Phase-1 clinical trials is entirely different from other studies  and the first step in the development of New Chemical entity . It requires perfect understanding of preclinical studies and its correct use for human beings in identifying the dosages, drug administration and the safety.  Based on this studies, the future studies can be carried out.

There are many studies which could be included in Phase-1 studies. Some of them are mentioned as below:

  1. First in Man studies: It is for the first time a new drug is being administered in the human beings. It provided an idea about the safety of molecule and PK characteristics (Absorption, Distribution, Metabolism, elimination) of the drug in human being. This study is by and large conducted in the Healthy male subjects as a cohort of 5-10 subjects.
  2. Single Ascending Dose (SAD) studies: This study is by and large conducted in the Healthy subjects as a cohort of 6 to 12 subjects. In each cohort there could be some subjects receiving active drug and very few receive placebo (e.g. 5 Active drug+1 Placebo, 7 Active drug + 1 Placebo, 8 Active drug+ 2 Placebo, 10 Active drug+ 2 Placebo etc.). There may be 4 to 6 cohorts in the study. Each cohort receives a Dose of the New Drug in the Ascending fashion. The PK samples are collected at various time intervals to understand the PK profile of the NCE and difference between each dose. Sometimes, PD parameters are also used to understand the profile of the drug at different dosage and to evaluate the safety. One of the cohort will be designed to evaluate food effect of particular molecule, in which drug will be administered after 30 minutes of high fat high calorie breakfast consumption by subject. Evaluation will be done by comparison of safety, PK and PD data in fasting and fed condition.

Occasionally, First In Man studies are carried out in patients particularly if the drug is for Oncology { Cytotoxic ). For AIDs, etc.

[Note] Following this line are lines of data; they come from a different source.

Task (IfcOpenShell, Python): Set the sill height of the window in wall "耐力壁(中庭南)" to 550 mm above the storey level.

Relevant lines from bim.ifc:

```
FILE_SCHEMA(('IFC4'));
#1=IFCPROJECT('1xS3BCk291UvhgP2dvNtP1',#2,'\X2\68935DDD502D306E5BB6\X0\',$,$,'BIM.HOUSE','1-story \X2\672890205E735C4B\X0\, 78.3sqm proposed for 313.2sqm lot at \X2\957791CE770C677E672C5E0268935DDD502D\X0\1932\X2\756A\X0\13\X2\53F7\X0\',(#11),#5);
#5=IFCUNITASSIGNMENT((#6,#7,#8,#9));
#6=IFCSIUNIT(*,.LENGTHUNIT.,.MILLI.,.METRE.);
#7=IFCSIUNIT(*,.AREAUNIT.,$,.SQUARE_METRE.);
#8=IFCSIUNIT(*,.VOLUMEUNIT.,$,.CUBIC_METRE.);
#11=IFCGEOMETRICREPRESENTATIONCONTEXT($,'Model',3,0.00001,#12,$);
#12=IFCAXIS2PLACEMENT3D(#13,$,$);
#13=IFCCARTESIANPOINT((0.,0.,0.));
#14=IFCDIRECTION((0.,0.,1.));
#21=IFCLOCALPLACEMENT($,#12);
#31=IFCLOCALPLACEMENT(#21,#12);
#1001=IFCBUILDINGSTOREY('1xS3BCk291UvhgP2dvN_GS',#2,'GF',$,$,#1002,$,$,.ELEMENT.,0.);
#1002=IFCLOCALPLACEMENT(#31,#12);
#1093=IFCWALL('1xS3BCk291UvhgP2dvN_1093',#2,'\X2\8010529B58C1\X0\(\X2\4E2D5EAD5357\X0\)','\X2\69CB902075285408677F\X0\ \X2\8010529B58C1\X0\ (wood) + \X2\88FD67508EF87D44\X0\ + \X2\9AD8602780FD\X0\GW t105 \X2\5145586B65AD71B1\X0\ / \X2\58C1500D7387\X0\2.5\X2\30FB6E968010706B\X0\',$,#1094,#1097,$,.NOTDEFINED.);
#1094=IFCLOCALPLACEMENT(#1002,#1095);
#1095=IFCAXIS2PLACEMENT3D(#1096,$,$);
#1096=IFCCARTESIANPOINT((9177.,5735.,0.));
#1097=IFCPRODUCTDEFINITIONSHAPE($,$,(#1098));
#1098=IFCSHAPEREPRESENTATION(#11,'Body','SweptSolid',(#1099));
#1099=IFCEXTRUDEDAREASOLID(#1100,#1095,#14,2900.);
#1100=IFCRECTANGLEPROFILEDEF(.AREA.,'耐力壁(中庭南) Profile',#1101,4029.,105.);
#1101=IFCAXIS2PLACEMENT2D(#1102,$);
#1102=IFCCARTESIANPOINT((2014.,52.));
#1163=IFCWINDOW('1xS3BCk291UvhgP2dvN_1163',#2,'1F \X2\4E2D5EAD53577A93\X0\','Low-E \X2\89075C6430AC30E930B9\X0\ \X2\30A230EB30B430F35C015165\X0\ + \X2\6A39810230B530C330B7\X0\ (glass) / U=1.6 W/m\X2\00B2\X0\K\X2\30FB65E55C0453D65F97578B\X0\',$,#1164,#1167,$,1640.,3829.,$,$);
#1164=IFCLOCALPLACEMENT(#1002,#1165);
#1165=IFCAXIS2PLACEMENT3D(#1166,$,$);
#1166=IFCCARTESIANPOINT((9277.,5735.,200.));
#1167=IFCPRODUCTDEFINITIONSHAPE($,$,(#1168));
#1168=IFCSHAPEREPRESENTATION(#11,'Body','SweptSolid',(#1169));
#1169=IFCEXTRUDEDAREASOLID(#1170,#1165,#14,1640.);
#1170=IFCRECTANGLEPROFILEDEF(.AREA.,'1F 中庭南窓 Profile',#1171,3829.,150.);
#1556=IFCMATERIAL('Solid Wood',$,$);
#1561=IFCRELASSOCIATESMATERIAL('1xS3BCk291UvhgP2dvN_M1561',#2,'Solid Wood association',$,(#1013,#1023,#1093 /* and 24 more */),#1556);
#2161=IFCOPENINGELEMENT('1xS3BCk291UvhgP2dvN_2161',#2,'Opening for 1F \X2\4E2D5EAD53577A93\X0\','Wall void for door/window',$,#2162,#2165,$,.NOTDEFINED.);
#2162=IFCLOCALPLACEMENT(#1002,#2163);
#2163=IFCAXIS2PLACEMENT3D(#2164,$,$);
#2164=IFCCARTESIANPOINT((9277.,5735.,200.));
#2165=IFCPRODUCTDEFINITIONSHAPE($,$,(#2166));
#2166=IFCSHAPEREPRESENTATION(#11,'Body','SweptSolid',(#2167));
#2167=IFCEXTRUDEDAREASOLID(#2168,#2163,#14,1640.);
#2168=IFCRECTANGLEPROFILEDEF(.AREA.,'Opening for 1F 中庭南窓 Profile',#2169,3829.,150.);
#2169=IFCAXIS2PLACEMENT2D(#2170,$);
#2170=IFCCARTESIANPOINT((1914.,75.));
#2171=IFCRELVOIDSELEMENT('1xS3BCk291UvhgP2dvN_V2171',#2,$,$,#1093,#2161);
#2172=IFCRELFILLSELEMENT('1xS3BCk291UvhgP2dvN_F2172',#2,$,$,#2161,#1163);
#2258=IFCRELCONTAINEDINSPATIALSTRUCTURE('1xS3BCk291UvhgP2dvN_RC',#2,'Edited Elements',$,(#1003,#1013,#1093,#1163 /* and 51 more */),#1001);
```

```python
import numpy as np
import ifcopenshell
import ifcopenshell.api.geometry
import ifcopenshell.geom
import ifcopenshell.util.element
import ifcopenshell.util.placement
import ifcopenshell.util.shape
import ifcopenshell.util.unit

model = ifcopenshell.open("bim.ifc")
unit_scale = ifcopenshell.util.unit.calculate_unit_scale(model)

window = model.by_id(1163)
opening = window.FillsVoids[0].RelatingOpeningElement
storey = ifcopenshell.util.element.get_container(window, ifc_class="IfcBuildingStorey")
level = ifcopenshell.util.placement.get_local_placement(storey.ObjectPlacement)[2, 3]

# The opening's origin need not be at the sill, so measure its lowest point.
shape = ifcopenshell.geom.create_shape(ifcopenshell.geom.settings(), opening)
bottom = ifcopenshell.util.shape.get_shape_bottom_elevation(shape, shape.geometry) / unit_scale
dz = level + 0.55 / unit_scale - bottom

shift = np.array([0.0, 0.0, dz])
# The window is not placed relative to its opening, so move both.
for product in (opening, window):
    matrix = ifcopenshell.util.placement.get_local_placement(product.ObjectPlacement)
    matrix[:3, 3] += shift
    ifcopenshell.api.geometry.edit_object_placement(model, product=product, matrix=matrix, is_si=False)

print(f"moved by {dz * unit_scale:+.3f} m")

model.write("bim_rev.ifc")
```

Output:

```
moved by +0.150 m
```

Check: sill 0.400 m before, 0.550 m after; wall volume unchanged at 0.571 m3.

  1. Multiple Ascending Dose (MAD) studies: One of the safe and effective dose will be selected from SAD study of particular molecule based on all available data. There may be 4 to 6 cohorts in the study. Each cohort receives multiple dose for 7-28 days depending upon characteristics of molecule. Dose of the Drug in each cohort will be in the Ascending fashion. It will be useful to evaluate accumulation of molecule and its effect in human body. There is a trend to select patients in one of the cohort to get an early idea about safety and efficacy in patients.
  2. Drug interaction studies: There are many molecules which affect the metabolism of other drugs. So, it is important to determine the extent of effect of molecule to interact with other drugs and magnitude of its effect to consider it as safe and effective. Depending upon characteristics of IND molecule, drug which inhibit the metabolism of IND molecule or drug which induce the metabolism of IND molecule will be selected to conduct drug-drug interaction studies. Metabolism of some molecules significantly affected by different kind of food (e.g. high fat, standard fat, low fat, fasting). Therefore, Food-drug interaction studies also require to evaluate the extent and magnitude of food effect.
  3. Vaccine studies: It is special kind of studies which does not include PK profile and require immunogenicity or other kind of biomarkers to evaluate the efficacy of vaccine.  The local and systemic adverse events are also evaluated.
  4. Bio-similar PK-PD studies: It is unique type of studies, which evaluate the Safety, PK profile, Pharmacodynamic and Immunogenicity assessment by different kind of markers.
  5. Thorough QT (TQT) studies: This is mainly required for drugs or members of chemical or pharmacological class that have been found to be associated with QT/QTc interval prolongation. It is intended to determine whether the drug has as threshold pharmacologic effect on cardiac repolarization.
  6. Age and Gender study. The drug may behave differently in male or female genders. It can also behave differently in elderly population or even in menopausal women.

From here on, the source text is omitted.